Where a line in the material below has the string "IFCRECTANGLEPROFILEDEF", please report it.

= = = =

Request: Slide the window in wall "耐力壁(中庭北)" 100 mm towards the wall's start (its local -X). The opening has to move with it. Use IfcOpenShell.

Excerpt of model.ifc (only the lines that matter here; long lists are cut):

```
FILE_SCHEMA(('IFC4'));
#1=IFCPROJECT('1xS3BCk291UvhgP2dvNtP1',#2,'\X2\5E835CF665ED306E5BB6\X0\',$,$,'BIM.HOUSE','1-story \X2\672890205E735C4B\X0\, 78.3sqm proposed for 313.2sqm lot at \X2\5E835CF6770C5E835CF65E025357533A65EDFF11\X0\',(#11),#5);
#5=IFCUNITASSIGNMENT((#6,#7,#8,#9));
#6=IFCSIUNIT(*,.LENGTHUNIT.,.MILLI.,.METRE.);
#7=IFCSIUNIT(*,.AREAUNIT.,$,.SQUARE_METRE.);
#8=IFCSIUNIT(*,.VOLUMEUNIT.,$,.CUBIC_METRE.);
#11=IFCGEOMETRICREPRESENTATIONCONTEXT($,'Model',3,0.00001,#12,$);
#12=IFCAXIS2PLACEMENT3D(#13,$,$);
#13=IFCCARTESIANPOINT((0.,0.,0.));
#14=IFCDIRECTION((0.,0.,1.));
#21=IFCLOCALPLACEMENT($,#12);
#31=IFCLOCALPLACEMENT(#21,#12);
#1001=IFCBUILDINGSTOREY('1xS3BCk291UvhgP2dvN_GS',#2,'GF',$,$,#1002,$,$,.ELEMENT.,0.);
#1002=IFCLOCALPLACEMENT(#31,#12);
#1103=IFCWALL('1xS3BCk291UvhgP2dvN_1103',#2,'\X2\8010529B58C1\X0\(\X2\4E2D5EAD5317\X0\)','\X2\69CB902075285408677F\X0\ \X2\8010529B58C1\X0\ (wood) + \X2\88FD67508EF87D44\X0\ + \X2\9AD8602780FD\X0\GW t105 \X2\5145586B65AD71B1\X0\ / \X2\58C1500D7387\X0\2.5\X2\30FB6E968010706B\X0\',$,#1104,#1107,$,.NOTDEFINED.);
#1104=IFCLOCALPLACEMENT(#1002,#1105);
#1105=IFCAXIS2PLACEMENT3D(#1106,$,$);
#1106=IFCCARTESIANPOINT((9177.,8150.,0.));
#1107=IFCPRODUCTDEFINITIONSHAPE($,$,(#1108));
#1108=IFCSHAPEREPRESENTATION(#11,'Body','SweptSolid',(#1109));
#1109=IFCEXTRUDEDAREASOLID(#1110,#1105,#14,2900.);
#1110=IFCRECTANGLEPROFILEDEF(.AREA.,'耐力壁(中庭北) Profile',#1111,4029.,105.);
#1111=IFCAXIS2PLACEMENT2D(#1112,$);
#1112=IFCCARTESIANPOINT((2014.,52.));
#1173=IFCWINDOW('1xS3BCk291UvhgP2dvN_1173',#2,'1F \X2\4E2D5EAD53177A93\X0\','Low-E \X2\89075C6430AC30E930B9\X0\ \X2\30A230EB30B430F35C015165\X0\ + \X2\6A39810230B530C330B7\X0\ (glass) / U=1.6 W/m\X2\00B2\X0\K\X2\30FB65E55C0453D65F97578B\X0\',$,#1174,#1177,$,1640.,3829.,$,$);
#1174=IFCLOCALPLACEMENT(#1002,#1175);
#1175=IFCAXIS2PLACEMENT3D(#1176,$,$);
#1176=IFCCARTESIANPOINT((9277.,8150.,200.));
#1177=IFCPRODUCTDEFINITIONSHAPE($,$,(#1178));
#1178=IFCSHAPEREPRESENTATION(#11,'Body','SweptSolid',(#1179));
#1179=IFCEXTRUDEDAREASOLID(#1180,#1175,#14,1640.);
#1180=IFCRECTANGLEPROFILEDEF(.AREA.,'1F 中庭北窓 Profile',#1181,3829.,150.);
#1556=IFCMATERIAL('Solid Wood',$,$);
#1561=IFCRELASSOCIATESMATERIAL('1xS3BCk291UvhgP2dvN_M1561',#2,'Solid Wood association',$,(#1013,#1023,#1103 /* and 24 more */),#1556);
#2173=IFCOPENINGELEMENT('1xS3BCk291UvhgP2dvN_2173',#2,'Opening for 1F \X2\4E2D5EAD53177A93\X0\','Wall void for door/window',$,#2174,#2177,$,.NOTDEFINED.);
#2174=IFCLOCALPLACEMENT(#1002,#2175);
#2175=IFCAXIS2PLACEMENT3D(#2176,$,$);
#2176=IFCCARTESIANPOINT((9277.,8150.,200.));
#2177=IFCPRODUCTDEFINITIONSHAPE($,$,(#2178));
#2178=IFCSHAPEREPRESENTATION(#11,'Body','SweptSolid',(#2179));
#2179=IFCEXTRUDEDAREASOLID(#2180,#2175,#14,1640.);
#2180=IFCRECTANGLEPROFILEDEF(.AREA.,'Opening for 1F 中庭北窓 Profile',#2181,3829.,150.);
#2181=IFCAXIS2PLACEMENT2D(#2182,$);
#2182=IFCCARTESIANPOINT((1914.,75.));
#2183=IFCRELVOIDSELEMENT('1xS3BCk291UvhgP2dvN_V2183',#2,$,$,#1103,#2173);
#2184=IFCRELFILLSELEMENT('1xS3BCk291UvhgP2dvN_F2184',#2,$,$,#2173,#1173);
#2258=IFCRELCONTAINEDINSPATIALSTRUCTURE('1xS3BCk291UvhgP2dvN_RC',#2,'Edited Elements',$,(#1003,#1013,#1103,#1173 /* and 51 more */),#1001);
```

```python
import ifcopenshell
import ifcopenshell.api.geometry
import ifcopenshell.util.placement

model = ifcopenshell.open("model.ifc")

window = model.by_guid("1xS3BCk291UvhgP2dvN_1173")
opening = window.FillsVoids[0].RelatingOpeningElement
wall = opening.VoidsElements[0].RelatingBuildingElement

wall_matrix = ifcopenshell.util.placement.get_local_placement(wall.ObjectPlacement)
shift = wall_matrix[:3, 0] * -100.0
before = ifcopenshell.util.placement.get_local_placement(window.ObjectPlacement)[:3, 3].copy()

# The window is not placed relative to its opening, so move both.
for product in (opening, window):
    matrix = ifcopenshell.util.placement.get_local_placement(product.ObjectPlacement)
    matrix[:3, 3] += shift
    ifcopenshell.api.geometry.edit_object_placement(model, product=product, matrix=matrix, is_si=False)

after = ifcopenshell.util.placement.get_local_placement(window.ObjectPlacement)[:3, 3]
print("window moved by", (after - before).round(3) + 0.0)

model.write("model_updated.ifc")
```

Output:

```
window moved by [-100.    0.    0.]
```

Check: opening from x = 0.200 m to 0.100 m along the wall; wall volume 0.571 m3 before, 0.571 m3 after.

= = = =

▶ [Reply]:
#1110=IFCRECTANGLEPROFILEDEF(.AREA.,'耐力壁(中庭北) Profile',#1111,4029.,105.);
#1180=IFCRECTANGLEPROFILEDEF(.AREA.,'1F 中庭北窓 Profile',#1181,3829.,150.);
#2180=IFCRECTANGLEPROFILEDEF(.AREA.,'Opening for 1F 中庭北窓 Profile',#2181,3829.,150.);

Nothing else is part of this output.